There is a you tube vid of this technique. I don't have it handy at the moment. Google is every one's friend. LOL


----------



## Sjlegrandma (Jan 18, 2013)

Celt Knitter said:


> OK....this is sewing, but who doesn't need a pretty basket for yarn! I never would have thought of doing it this way! Nice tutorial and explanation.
> http://tanisknits.com/2015/06/03/clothesline-basket-tutorial/


That's a good tutorial. I have made heaps of these but I now use an old machine I have after breaking a spring in my good machine. They are certainly easy to make and cheap. Will try and add a photo of some of mine.


----------



## Celt Knitter (Jul 13, 2011)

These are just great.....ggod job! Now to haul the beast out and get some rope. I fin baskets like that are better for fruit in a warm climate because they don't make it sweat!


Sjlegrandma said:


> That's a good tutorial. I have made heaps of these but I now use an old machine I have after breaking a spring in my good machine. They are certainly easy to make and cheap. Will try and add a photo of some of mine.


----------



## peacegoddess (Jan 28, 2013)

Fabulous idea and great variety of baskets! I wonder if tightly knitted icord would work. Maybe if felted.


----------



## betty boivin (Sep 12, 2012)

Worth a try peacegoddess! Let us know how it turns out!


----------



## Grandma11 (Jan 21, 2012)

Thank you


----------



## jberg (Mar 23, 2011)

Sjlegrandma: Wow! Your baskets are so lovely! And now my mind is saying: Guess what family gets for Christmas this year with a mini-loaf of pumpkin bread inside? Love this idea and just can't wait to try it! Thank so much again. jberg


----------



## saukvillesu (Jan 10, 2013)

The link wouldn't work for me, but from pictures from another contributor, it appears to be like the wrapped clothesline baskets I was making for awhile. 
I hadn't thought of this use, but thank you for the suggestion!


----------



## NCAknitter (Sep 28, 2013)




----------



## kathycapp (Sep 22, 2014)

Wow...great and looks like something I could do!


----------



## Granana48 (May 5, 2014)

Thanks for sharing. Interesting idea. :sm24:


----------



## Isabel.L (Feb 4, 2015)

I have made these also and use them for all kinds of things..... Easy but creative as they never come out exactly the same. Dying half or the bottom is a good idea... In the beginning I used to wrap the cord with strips of fabric which was so colorful but now do just the cord.


----------



## Lise Paauw (Oct 17, 2013)

Would like to to try this fantastic idea and very unique Tks for sharing????????????????


----------



## Weasynana (May 8, 2014)

Neat!


----------



## KarenLeigh (Sep 6, 2011)

These are outstanding!
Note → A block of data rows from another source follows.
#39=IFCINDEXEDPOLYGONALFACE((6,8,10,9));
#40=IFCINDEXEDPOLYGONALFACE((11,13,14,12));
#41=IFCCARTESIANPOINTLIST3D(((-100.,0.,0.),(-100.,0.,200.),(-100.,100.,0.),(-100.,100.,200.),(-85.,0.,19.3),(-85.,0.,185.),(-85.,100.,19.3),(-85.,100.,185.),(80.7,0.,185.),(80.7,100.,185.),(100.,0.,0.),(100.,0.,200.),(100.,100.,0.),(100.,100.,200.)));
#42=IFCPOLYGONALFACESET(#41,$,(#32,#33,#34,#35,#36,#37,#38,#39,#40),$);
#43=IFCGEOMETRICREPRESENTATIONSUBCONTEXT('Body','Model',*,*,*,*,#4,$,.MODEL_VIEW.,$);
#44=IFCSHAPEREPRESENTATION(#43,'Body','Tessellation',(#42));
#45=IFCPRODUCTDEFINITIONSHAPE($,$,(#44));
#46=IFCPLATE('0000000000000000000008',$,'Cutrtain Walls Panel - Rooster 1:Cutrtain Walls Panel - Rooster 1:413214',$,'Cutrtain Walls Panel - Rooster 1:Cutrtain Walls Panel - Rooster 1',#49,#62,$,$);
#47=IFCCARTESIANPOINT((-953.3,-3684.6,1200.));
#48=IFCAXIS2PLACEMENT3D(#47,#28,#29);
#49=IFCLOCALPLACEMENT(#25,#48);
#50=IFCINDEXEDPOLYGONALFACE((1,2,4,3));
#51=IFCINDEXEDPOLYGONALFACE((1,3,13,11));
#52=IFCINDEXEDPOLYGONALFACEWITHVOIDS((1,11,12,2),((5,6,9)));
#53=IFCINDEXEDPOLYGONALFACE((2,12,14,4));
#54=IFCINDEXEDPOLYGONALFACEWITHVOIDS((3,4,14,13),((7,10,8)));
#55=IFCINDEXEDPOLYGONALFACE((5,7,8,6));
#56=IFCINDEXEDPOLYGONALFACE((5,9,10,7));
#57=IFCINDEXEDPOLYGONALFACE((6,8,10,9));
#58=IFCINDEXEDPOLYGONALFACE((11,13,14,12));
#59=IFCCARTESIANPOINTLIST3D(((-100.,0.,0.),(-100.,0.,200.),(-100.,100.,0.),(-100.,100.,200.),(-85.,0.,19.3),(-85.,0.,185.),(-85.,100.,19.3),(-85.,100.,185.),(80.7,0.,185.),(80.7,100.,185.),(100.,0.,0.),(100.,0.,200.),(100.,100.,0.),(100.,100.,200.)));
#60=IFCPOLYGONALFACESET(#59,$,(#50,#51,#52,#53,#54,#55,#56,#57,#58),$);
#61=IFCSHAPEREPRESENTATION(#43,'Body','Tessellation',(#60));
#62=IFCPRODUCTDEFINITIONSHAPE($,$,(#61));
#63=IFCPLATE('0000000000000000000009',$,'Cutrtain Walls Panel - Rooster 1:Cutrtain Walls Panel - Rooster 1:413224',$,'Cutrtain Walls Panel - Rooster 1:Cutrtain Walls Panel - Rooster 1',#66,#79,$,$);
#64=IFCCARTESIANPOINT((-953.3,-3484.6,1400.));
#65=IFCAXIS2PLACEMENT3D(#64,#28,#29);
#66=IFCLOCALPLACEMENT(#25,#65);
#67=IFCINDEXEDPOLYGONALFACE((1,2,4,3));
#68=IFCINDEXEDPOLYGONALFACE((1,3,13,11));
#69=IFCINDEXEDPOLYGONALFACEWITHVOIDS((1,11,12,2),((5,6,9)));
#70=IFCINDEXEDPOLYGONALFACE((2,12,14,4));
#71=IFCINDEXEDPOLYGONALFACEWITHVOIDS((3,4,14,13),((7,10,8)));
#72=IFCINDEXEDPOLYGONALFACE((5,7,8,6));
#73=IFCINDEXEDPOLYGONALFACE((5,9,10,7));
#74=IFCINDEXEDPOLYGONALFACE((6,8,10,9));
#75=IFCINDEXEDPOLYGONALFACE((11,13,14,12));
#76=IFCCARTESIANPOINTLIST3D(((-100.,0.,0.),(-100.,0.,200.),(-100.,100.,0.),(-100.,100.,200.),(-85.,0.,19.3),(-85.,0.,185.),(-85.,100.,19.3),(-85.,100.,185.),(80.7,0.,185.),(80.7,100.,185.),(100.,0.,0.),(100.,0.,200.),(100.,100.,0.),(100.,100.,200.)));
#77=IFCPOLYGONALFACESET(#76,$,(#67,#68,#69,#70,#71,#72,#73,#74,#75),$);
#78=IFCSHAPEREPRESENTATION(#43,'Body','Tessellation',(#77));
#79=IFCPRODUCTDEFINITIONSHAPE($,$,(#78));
Tutorial is most helpful - clear and detailed.


----------



## wordancer (May 4, 2011)

What a cool idea!


----------



## brenda95355 (Dec 2, 2013)

Thank you , can't wait to make one.


----------



## Tove (Oct 27, 2012)

Sjlegrandma said:


> That's a good tutorial. I have made heaps of these but I now use an old machine I have after breaking a spring in my good machine. They are certainly easy to make and cheap. Will try and add a photo of some of mine.


Your baskets are beautiful, great job. Thanks for the hint of using the old machine, that's what I'll pull out once I get the cotton line.
Went to one of our local mixed hardware stores where in the past years I have purchased many bundles of cotton clothes line. This time the shelf contained only propylene or a mixed cotton/poly line.

What do you think? Can I still use the cotton/poly? Can I sew the propylene line? It came in so many colours including glow in the dark - or is the fiber too had to sew in?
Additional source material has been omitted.